### Work to be completed:
Please copy, word for word, the line that contains "#64=IFCINDEXEDPOLYGONALFACE((15,16,38,37));" and every line after it through the end of the records, and nothing more.

------ Given entries

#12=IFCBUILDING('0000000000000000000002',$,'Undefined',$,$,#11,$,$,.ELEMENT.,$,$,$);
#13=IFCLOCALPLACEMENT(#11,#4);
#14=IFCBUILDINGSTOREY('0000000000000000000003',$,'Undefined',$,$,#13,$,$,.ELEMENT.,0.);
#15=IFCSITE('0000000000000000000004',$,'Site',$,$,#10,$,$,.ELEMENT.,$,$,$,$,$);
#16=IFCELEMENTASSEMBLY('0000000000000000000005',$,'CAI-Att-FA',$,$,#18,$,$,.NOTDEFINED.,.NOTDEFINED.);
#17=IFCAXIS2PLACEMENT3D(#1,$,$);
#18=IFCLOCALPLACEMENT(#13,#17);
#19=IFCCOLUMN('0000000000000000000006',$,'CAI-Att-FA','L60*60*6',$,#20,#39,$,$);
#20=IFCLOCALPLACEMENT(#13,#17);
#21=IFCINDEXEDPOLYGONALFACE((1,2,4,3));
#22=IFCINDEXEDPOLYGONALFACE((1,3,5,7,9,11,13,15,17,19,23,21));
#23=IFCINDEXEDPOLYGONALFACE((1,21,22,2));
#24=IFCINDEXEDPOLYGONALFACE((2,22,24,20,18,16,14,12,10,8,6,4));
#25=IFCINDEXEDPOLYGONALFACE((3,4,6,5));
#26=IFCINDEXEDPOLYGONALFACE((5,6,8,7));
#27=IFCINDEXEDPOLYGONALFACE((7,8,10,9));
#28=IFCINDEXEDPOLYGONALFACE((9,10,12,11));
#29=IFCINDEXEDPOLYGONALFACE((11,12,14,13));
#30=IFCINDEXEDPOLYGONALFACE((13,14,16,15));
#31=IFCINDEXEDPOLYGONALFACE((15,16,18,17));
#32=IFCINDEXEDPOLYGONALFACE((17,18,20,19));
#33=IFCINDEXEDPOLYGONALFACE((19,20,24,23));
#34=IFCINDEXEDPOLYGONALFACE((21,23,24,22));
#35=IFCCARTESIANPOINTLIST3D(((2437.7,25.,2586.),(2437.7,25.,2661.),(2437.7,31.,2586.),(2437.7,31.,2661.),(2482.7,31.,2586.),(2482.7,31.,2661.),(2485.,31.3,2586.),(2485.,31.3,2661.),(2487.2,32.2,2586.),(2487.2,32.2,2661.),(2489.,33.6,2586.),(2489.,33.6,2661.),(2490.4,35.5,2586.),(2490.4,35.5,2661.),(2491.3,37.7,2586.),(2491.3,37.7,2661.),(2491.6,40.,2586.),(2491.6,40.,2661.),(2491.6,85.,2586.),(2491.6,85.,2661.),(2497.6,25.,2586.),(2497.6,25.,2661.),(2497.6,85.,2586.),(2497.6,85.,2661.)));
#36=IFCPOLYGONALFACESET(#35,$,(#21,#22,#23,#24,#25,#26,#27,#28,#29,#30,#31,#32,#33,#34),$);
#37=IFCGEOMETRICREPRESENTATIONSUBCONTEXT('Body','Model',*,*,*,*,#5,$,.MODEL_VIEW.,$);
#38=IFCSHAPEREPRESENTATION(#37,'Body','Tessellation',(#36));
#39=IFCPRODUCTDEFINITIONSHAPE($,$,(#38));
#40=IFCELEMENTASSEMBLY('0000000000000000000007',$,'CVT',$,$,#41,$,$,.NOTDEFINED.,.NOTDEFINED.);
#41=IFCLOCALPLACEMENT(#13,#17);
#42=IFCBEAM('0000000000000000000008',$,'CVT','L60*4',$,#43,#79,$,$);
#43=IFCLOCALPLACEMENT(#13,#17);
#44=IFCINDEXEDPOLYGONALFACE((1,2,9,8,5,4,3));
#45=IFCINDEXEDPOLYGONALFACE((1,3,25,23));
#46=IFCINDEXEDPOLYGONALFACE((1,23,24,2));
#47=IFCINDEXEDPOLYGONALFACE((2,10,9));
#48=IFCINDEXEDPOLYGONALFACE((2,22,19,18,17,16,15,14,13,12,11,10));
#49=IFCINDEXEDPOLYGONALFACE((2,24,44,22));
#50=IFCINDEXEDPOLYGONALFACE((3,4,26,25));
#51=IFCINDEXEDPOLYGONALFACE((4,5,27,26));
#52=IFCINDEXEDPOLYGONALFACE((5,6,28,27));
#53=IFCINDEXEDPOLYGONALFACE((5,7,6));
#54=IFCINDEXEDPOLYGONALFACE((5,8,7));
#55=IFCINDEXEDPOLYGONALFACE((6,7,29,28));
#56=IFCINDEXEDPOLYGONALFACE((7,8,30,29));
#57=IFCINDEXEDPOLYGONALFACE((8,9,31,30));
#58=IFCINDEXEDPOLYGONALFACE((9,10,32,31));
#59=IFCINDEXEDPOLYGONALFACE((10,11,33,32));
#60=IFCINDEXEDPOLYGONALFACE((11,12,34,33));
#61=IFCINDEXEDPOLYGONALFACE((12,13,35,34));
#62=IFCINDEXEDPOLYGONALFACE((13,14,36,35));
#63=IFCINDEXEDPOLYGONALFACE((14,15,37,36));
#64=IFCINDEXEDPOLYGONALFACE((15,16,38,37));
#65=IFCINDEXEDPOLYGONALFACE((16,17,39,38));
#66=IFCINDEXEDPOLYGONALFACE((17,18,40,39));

------------

### Your response:
#64=IFCINDEXEDPOLYGONALFACE((15,16,38,37));
#65=IFCINDEXEDPOLYGONALFACE((16,17,39,38));
#66=IFCINDEXEDPOLYGONALFACE((17,18,40,39));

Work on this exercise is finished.